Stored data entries
Content starts
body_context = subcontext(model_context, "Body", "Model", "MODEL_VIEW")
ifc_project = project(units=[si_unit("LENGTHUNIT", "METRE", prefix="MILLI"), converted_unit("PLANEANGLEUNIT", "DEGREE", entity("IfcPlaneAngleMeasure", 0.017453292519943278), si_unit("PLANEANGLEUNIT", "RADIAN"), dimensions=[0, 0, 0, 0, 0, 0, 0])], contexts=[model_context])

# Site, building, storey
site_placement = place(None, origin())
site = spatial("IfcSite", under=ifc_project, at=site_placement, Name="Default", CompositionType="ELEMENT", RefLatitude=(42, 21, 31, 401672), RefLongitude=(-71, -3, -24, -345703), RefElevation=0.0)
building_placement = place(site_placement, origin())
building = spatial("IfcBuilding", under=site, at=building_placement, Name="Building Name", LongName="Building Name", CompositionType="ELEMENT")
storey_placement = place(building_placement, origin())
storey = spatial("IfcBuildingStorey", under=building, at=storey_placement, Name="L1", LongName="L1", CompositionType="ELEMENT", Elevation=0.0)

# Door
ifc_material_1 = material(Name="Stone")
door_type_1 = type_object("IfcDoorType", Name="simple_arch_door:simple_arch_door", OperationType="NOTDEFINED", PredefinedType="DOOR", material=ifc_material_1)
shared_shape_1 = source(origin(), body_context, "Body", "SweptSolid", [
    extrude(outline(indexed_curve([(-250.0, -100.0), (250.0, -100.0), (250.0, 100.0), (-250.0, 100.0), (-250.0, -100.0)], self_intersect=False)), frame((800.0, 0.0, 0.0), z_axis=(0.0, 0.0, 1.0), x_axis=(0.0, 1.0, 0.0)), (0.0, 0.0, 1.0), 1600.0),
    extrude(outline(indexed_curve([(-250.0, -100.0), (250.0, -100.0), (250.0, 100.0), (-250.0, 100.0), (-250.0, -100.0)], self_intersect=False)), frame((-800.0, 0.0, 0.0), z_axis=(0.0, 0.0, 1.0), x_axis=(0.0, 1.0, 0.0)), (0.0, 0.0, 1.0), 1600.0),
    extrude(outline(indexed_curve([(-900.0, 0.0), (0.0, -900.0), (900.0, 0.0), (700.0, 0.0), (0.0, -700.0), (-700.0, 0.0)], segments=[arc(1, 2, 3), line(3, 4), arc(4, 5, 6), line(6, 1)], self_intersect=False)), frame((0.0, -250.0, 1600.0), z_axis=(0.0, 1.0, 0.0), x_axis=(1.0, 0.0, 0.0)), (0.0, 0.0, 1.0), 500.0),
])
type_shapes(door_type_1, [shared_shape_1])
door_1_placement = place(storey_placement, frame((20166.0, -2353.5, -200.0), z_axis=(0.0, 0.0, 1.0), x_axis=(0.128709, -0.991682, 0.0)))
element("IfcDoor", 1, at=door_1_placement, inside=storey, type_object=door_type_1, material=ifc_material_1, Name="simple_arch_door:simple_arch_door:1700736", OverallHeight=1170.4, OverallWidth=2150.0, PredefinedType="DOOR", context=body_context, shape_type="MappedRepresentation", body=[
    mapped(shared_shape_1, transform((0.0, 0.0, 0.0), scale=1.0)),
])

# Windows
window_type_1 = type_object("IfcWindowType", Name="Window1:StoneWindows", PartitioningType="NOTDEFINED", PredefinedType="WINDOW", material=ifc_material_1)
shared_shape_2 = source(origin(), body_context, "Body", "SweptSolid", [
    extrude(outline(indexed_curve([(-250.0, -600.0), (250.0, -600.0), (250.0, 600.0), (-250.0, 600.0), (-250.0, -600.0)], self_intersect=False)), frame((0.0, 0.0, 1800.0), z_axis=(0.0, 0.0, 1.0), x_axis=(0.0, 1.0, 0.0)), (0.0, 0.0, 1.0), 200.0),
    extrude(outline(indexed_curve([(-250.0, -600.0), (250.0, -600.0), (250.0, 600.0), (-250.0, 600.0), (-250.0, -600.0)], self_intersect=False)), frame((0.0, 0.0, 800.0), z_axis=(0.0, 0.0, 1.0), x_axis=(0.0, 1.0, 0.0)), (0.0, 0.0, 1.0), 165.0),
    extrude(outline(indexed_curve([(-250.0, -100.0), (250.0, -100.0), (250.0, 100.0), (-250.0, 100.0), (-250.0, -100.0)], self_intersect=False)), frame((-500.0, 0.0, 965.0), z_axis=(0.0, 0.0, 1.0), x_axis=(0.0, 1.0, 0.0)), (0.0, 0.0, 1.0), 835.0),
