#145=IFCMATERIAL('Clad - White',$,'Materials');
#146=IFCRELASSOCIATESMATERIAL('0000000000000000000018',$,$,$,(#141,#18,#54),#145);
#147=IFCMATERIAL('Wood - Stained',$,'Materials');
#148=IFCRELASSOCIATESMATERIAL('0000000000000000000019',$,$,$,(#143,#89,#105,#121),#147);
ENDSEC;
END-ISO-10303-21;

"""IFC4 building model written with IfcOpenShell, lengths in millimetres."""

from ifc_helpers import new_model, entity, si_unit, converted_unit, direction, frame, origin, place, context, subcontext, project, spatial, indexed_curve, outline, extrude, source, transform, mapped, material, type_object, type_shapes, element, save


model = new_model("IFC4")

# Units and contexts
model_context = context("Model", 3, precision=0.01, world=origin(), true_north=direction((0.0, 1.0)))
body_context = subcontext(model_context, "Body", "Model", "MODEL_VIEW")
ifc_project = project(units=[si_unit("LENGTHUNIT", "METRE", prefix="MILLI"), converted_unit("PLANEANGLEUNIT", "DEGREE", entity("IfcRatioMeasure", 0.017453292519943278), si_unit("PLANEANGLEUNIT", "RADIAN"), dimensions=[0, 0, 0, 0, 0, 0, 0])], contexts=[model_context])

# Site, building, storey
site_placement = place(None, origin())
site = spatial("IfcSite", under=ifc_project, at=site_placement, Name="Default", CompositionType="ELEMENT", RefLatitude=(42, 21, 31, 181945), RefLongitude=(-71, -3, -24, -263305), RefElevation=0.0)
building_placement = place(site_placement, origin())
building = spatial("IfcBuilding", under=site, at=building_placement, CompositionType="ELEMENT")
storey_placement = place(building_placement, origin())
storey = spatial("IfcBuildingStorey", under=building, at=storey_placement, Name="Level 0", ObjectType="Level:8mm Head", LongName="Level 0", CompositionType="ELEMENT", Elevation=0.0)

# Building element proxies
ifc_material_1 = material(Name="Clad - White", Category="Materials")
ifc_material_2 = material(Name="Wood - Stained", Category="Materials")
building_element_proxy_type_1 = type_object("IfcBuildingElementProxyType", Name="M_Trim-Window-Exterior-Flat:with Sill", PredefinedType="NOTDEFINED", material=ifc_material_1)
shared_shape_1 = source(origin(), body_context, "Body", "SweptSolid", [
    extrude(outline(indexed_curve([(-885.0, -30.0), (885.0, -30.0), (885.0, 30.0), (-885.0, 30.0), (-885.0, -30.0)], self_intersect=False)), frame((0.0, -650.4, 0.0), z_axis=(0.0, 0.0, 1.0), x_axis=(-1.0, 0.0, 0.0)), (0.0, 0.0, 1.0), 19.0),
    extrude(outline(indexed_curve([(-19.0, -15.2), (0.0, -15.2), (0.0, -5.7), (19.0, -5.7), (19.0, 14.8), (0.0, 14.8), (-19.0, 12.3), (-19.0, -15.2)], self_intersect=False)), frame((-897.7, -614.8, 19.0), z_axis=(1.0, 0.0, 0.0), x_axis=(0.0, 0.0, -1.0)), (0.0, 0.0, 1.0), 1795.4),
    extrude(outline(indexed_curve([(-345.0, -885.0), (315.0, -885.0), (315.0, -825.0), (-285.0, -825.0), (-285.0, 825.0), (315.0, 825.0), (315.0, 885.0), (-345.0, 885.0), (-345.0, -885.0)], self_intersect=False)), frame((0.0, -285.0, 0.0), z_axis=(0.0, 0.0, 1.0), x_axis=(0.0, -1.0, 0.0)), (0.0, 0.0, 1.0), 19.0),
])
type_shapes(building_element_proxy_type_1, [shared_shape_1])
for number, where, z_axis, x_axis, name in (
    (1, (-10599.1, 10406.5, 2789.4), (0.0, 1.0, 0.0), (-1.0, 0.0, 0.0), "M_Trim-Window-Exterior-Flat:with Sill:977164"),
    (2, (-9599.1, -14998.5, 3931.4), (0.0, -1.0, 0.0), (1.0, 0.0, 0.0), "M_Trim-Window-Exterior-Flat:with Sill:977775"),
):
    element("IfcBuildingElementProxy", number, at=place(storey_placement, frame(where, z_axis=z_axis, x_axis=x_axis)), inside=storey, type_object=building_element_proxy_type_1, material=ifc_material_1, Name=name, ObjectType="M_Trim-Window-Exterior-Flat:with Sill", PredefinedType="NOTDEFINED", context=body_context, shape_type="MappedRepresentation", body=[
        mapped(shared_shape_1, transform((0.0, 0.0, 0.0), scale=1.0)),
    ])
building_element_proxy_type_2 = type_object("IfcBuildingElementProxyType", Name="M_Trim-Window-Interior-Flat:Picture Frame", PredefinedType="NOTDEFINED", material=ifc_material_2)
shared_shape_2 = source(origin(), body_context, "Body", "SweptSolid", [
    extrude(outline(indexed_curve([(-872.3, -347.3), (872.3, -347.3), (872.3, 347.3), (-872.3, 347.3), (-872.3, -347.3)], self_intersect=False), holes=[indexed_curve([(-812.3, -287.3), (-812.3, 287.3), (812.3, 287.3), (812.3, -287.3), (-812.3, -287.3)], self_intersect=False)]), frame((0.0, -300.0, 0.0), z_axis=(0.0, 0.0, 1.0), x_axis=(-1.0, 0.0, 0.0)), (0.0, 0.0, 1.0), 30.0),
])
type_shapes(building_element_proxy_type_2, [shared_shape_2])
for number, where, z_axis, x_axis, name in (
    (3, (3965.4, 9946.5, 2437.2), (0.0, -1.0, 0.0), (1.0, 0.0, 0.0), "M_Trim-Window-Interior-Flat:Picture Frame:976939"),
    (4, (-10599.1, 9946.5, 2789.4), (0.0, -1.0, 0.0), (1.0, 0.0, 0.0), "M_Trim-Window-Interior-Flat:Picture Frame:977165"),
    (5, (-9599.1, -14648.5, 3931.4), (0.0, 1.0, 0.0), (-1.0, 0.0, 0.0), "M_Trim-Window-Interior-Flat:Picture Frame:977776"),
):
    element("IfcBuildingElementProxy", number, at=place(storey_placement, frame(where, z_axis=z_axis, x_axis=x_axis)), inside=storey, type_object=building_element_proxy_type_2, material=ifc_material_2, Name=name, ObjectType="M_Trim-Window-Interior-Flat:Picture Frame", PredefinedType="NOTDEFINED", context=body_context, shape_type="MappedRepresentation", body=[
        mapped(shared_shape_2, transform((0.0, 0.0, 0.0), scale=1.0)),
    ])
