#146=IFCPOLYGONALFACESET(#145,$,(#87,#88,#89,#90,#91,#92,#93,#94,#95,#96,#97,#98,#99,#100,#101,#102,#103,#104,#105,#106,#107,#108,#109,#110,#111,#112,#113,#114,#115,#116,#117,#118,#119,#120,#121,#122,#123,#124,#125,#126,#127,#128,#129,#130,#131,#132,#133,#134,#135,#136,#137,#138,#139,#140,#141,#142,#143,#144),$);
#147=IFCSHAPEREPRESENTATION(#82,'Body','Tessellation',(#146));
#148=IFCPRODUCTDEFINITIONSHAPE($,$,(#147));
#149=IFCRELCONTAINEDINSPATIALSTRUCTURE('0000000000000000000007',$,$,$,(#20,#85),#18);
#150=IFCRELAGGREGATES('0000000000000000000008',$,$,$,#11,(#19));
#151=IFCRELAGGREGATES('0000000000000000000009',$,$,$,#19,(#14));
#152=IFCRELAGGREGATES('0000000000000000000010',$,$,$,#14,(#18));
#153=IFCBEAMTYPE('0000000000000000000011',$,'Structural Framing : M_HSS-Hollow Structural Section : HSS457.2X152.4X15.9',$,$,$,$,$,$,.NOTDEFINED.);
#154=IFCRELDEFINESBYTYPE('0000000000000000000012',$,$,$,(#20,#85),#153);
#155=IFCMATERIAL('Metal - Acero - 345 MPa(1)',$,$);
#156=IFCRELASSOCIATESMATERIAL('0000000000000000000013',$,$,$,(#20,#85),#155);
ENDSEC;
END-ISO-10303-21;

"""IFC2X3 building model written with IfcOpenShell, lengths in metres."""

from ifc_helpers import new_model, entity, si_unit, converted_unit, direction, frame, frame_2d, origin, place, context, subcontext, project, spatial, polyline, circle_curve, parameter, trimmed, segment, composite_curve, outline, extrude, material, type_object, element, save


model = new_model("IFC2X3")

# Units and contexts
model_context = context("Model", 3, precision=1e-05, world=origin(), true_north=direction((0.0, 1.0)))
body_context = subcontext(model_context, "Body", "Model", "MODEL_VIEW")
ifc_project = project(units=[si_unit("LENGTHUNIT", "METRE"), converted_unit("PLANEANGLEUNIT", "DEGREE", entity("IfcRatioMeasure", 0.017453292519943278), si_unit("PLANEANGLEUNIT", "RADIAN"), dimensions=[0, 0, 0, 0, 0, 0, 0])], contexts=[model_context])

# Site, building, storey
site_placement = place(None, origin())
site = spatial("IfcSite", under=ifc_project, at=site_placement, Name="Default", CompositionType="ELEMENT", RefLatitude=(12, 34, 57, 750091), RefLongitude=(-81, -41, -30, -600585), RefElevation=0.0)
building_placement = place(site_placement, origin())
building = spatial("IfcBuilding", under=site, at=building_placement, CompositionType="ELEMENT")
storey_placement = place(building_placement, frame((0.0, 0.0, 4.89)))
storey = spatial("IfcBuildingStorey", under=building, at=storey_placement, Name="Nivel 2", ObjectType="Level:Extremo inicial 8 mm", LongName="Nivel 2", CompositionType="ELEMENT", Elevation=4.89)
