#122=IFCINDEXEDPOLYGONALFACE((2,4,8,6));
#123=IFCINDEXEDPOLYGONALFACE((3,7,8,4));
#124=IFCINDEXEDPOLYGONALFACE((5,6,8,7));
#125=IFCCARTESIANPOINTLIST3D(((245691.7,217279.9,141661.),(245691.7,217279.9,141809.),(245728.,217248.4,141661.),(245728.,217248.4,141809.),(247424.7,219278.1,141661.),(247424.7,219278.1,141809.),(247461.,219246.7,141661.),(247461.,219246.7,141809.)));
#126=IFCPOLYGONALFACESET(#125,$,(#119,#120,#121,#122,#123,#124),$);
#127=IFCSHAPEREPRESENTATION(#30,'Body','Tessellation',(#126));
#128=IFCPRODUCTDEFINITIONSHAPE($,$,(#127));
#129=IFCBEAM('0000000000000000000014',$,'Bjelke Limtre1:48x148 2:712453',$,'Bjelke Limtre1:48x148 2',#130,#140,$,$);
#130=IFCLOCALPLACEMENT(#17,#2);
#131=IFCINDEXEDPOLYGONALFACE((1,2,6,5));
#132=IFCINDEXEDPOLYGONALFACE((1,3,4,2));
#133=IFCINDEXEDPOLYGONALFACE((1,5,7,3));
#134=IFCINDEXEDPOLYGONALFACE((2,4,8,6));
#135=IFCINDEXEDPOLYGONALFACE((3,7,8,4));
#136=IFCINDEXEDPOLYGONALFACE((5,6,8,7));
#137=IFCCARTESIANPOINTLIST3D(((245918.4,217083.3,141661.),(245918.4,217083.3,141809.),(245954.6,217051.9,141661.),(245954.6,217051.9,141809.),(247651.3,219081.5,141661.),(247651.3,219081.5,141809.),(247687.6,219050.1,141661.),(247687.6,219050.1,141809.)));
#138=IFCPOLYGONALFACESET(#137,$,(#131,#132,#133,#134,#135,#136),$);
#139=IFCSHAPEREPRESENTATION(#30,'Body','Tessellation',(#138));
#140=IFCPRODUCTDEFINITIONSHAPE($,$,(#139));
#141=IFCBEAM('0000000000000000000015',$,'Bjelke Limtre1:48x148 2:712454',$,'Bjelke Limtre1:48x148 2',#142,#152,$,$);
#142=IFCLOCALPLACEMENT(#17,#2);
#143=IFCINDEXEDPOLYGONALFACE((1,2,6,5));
Content ends
- **Exercise brief**
Return a copy of each line in the records above that has "Default" in it.

- **Problem solution**
site = spatial("IfcSite", under=ifc_project, at=site_placement, Name="Default", CompositionType="ELEMENT", RefLatitude=(42, 21, 31, 401672), RefLongitude=(-71, -3, -24, -345703), RefElevation=0.0)
site = spatial("IfcSite", under=ifc_project, at=site_placement, Name="Default", CompositionType="ELEMENT", RefLatitude=(42, 21, 31, 181945), RefLongitude=(-71, -3, -24, -263305), RefElevation=0.0)
site = spatial("IfcSite", under=ifc_project, at=site_placement, Name="Default", CompositionType="ELEMENT", RefLatitude=(12, 34, 57, 750091), RefLongitude=(-81, -41, -30, -600585), RefElevation=0.0)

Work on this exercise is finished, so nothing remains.